What Is Return On Capital Employed (ROCE)?

For those who don't know, ROCE is a measure of a company's yearly pre-tax profit (its return), relative to the capital employed in the business. Analysts use this formula to calculate it for King Fook Holdings:

Return on Capital Employed = Earnings Before Interest and Tax (EBIT) ÷ (Total Assets - Current Liabilities)

0.10 = HK$78m ÷ (HK$917m - HK$148m) (Based on the trailing twelve months to March 2024).

So, King Fook Holdings has an ROCE of 10%. That's a pretty standard return and it's in line with the industry average of 9.6%.

See our latest analysis for King Fook Holdings

roce
SEHK:280 Return on Capital Employed October 2nd 2024

While the past is not representative of the future, it can be helpful to know how a company has performed historically, which is why we have this chart above. If you'd like to look at how King Fook Holdings has performed in the past in other metrics, you can view this free graph of King Fook Holdings' past earnings, revenue and cash flow.

The Trend Of ROCE

We like the trends that we're seeing from King Fook Holdings. The numbers show that in the last five years, the returns generated on capital employed have grown considerably to 10%. The amount of capital employed has increased too, by 21%. So we're very much inspired by what we're seeing at King Fook Holdings thanks to its ability to profitably reinvest capital.

In Conclusion...

To sum it up, King Fook Holdings has proven it can reinvest in the business and generate higher returns on that capital employed, which is terrific. And a remarkable 103% total return over the last five years tells us that investors are expecting more good things to come in the future. With that being said, we still think the promising fundamentals mean the company deserves some further due diligence.

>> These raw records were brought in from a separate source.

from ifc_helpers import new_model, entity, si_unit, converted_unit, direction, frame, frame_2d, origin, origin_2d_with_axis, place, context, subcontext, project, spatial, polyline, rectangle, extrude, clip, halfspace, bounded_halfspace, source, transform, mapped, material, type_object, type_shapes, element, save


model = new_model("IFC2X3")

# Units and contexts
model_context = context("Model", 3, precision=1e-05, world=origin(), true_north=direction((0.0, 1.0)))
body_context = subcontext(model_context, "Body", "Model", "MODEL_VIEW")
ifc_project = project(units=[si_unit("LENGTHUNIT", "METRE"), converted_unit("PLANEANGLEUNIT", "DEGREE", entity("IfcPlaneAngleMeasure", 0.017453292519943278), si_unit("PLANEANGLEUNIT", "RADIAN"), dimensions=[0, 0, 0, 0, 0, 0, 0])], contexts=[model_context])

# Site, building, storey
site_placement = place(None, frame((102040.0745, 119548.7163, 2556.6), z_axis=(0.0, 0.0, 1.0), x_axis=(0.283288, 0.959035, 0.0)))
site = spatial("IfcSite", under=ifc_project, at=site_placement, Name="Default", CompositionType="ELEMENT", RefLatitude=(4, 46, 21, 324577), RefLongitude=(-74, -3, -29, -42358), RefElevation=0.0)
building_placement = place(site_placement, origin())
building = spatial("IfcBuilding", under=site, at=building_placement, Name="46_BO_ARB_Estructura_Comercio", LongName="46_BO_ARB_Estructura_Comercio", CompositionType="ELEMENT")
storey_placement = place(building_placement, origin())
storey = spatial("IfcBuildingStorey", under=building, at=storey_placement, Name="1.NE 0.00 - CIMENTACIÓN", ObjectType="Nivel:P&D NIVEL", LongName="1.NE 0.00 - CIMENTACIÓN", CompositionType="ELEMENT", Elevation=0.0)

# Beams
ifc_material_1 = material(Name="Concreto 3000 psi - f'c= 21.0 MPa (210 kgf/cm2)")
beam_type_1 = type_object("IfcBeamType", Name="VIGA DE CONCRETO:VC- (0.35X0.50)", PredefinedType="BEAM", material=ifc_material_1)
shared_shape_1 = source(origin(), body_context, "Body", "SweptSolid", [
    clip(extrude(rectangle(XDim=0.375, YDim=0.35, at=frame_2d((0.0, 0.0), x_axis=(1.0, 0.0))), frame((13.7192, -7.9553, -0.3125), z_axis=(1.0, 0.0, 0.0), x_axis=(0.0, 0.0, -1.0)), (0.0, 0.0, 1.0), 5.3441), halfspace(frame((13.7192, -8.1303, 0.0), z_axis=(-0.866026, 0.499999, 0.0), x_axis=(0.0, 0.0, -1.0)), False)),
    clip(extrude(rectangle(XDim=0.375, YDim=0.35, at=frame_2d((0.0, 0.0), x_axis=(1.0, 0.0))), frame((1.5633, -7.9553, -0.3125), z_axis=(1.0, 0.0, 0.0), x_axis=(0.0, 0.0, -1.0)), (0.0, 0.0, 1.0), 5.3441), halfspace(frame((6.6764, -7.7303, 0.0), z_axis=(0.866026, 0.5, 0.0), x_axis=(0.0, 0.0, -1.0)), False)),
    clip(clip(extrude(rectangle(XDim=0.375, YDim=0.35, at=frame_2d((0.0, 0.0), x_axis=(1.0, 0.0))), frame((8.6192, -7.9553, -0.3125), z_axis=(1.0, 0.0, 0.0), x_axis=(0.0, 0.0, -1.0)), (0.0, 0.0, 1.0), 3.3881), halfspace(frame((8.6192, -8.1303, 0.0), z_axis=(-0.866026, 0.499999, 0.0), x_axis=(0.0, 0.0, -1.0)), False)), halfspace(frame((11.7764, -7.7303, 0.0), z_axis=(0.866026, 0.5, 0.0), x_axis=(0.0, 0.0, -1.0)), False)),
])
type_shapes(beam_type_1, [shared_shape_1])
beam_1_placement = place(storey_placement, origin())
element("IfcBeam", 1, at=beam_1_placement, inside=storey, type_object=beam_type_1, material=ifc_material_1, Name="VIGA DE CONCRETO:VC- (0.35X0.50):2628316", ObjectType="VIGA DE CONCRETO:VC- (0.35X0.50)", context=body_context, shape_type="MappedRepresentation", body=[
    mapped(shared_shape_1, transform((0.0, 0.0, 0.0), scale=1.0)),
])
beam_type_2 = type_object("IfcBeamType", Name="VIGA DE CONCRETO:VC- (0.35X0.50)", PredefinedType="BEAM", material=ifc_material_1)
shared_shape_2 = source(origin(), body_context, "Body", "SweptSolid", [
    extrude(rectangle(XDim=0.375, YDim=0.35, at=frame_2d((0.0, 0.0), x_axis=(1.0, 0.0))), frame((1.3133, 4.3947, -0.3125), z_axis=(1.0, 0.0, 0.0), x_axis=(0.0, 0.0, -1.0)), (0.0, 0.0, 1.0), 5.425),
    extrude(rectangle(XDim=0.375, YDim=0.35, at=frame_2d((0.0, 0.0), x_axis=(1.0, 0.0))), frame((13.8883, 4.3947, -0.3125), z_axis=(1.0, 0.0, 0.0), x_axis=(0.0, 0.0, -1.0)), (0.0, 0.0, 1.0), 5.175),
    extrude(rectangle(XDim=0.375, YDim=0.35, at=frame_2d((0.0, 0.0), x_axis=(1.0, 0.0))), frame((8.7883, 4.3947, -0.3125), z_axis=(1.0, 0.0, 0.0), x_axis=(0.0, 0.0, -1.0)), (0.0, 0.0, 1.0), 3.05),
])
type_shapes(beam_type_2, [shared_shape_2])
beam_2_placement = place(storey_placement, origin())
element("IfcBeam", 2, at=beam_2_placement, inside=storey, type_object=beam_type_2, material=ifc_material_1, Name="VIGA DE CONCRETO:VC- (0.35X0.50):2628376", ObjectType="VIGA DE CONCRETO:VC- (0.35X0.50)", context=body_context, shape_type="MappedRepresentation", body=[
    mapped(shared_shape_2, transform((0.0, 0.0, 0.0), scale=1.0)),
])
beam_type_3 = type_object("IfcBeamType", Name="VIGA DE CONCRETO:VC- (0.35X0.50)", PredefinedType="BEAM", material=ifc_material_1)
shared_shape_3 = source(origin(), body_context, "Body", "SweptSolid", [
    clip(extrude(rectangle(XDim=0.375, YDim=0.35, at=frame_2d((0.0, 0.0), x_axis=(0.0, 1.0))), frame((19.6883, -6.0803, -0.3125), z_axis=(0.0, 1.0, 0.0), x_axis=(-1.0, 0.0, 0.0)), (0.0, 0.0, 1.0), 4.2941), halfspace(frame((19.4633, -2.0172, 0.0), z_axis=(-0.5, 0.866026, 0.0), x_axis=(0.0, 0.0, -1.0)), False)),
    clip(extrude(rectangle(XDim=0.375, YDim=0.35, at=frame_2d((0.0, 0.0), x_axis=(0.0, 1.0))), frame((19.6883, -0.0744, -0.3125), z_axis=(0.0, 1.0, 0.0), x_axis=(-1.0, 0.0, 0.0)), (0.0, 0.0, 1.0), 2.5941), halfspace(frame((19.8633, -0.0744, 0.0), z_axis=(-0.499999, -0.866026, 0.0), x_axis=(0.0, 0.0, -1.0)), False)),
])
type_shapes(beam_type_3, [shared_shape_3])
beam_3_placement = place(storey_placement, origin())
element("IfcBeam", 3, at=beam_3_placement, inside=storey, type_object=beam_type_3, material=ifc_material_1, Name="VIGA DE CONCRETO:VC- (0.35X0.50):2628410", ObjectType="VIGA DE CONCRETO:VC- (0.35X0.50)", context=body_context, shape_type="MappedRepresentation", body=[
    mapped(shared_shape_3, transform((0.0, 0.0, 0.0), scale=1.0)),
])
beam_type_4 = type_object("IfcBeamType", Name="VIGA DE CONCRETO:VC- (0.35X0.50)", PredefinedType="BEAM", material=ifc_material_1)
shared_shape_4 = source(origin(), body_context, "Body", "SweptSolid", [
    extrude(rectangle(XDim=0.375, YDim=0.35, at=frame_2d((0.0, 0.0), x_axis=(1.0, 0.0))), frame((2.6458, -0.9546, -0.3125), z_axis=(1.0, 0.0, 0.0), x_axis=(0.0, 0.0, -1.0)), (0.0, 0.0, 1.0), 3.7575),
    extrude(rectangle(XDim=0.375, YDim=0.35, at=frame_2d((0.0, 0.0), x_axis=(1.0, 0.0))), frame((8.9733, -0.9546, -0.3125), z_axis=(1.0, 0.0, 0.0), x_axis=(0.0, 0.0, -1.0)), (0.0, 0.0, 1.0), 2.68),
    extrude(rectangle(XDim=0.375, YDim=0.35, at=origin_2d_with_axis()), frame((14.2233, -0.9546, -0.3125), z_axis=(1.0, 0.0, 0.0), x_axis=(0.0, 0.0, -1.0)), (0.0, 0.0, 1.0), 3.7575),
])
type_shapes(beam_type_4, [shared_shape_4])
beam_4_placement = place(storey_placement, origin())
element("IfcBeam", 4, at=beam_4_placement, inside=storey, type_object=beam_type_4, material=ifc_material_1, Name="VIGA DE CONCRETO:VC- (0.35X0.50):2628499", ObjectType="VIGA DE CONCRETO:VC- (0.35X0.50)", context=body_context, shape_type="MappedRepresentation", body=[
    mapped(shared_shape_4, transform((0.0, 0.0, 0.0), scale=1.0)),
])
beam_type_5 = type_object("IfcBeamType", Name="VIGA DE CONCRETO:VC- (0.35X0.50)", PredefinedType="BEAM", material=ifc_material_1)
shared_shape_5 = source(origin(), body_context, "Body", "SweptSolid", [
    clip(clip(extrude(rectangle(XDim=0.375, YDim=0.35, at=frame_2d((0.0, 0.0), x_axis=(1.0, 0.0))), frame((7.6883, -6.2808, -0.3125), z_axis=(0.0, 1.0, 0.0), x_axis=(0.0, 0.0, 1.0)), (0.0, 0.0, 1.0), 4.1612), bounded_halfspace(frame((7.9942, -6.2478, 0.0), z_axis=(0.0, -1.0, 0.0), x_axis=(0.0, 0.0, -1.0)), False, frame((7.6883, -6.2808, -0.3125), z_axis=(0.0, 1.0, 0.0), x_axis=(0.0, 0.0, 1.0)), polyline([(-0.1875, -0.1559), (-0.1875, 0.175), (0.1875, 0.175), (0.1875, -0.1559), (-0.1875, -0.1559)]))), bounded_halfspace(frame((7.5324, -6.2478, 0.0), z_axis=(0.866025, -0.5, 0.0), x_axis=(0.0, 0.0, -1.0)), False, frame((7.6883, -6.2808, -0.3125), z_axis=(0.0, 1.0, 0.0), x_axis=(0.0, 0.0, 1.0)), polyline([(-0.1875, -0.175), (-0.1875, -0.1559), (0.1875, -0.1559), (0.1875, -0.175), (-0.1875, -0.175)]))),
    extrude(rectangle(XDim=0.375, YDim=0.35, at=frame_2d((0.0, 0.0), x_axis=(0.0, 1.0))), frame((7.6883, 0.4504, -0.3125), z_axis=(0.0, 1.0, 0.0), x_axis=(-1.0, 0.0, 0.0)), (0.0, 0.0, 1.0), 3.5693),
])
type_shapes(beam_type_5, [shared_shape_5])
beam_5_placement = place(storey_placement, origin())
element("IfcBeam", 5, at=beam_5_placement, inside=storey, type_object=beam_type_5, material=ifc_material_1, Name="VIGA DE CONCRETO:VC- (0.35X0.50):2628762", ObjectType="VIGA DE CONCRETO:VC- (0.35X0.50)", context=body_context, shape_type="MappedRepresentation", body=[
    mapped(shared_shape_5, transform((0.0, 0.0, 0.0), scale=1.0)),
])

Like most companies, King Fook Holdings does come with some risks, and we've found 2 warning signs that you should be aware of.

While King Fook Holdings isn't earning the highest return, check out this free list of companies that are earning high returns on equity with solid balance sheets.

Valuation is complex, but we're here to simplify it.

Discover if King Fook Holdings might be undervalued or overvalued with our detailed analysis, featuring fair value estimates, potential risks, dividends, insider trades, and its financial condition.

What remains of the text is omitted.